Figure 3. Proteolytic pathways associated with membrane anchored serine proteases in pericellular microenvironments.

(A) Fibrinolysis. The membrane anchored serine proteases, matriptase, hepsin and Serase-1B may participate in the initiation of the plasminogen activation cascade via conversion of pro-uPA to active uPA. Matriptase is a relatively poor activator of pro-uPA in solution (1), whereas it is an effective activator of uPAR-bound pro-uPA and initiates pericellular plasminogen activation on the monocyte cell surface (2). (B) Inflammation.

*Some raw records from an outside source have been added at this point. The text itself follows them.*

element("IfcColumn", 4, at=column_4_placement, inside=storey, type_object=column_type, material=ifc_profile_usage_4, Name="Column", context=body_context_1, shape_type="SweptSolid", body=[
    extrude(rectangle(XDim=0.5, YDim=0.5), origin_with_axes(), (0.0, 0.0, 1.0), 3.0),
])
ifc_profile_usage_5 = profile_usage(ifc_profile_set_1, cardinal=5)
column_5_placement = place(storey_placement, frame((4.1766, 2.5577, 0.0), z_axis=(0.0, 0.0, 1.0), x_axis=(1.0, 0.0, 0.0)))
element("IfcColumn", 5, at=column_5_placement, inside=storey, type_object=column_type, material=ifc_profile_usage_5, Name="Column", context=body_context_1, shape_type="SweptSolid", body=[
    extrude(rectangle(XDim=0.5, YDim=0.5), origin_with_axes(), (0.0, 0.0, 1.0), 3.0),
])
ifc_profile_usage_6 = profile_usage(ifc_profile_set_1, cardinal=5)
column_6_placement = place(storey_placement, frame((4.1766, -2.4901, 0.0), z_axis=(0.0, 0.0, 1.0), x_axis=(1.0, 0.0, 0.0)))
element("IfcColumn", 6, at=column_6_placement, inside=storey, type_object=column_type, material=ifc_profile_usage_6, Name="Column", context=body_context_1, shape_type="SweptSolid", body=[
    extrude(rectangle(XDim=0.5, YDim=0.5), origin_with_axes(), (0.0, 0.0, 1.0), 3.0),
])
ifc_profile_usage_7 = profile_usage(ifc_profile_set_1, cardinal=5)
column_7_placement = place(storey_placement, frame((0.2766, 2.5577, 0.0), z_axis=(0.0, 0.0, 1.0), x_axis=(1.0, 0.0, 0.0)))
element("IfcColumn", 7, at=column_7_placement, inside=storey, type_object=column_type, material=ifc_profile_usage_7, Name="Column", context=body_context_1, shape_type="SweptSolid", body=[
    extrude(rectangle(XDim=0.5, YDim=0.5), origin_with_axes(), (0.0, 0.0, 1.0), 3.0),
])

Matriptase and possibly other membrane serine proteases, may participate in the activation of PARs triggering G-protein signaling pathways. (C) Growth factor activation. Hepsin and matriptase may participate in the activation of pro-HGF to initiate signaling via the HGF receptor, MET, to modulate cell adhesion, proliferation and cell motility. Whether these enzymes target soluble pro-HGF (1) or receptor bound pro-HGF (2) is not known. (D) Natriuretic peptides. Corin processes pro-ANP to an active form that bind ANP receptors (ANPR) in the kidney and vasculature, increasing guanylate cyclase activity to regulate blood pressure and blood volume. (E) Sodium homeostasis. The open probability of the ENaC is increased by prostasin and TMPRSS4, resulting in increased cellular uptake of sodium (Na⁺) which in turn can regulate homeostasis of extracellular fluid volume, blood pressure and Na⁺ reabsorption. Processing of the α or γ subunits of ENaC is predicted to release an inhibitory fragment that leads to full activation of the channel. The serpin protease nexin-1 (PN-1, serpinE2) can inhibit prostasin mediated activation of ENaC. (F) Viral Pathogenicity. Several TTSPs, including HAT, TMPRSS2, 4, and 13 can process precursor viral proteins that facilitate virus entry and fusion into host cells.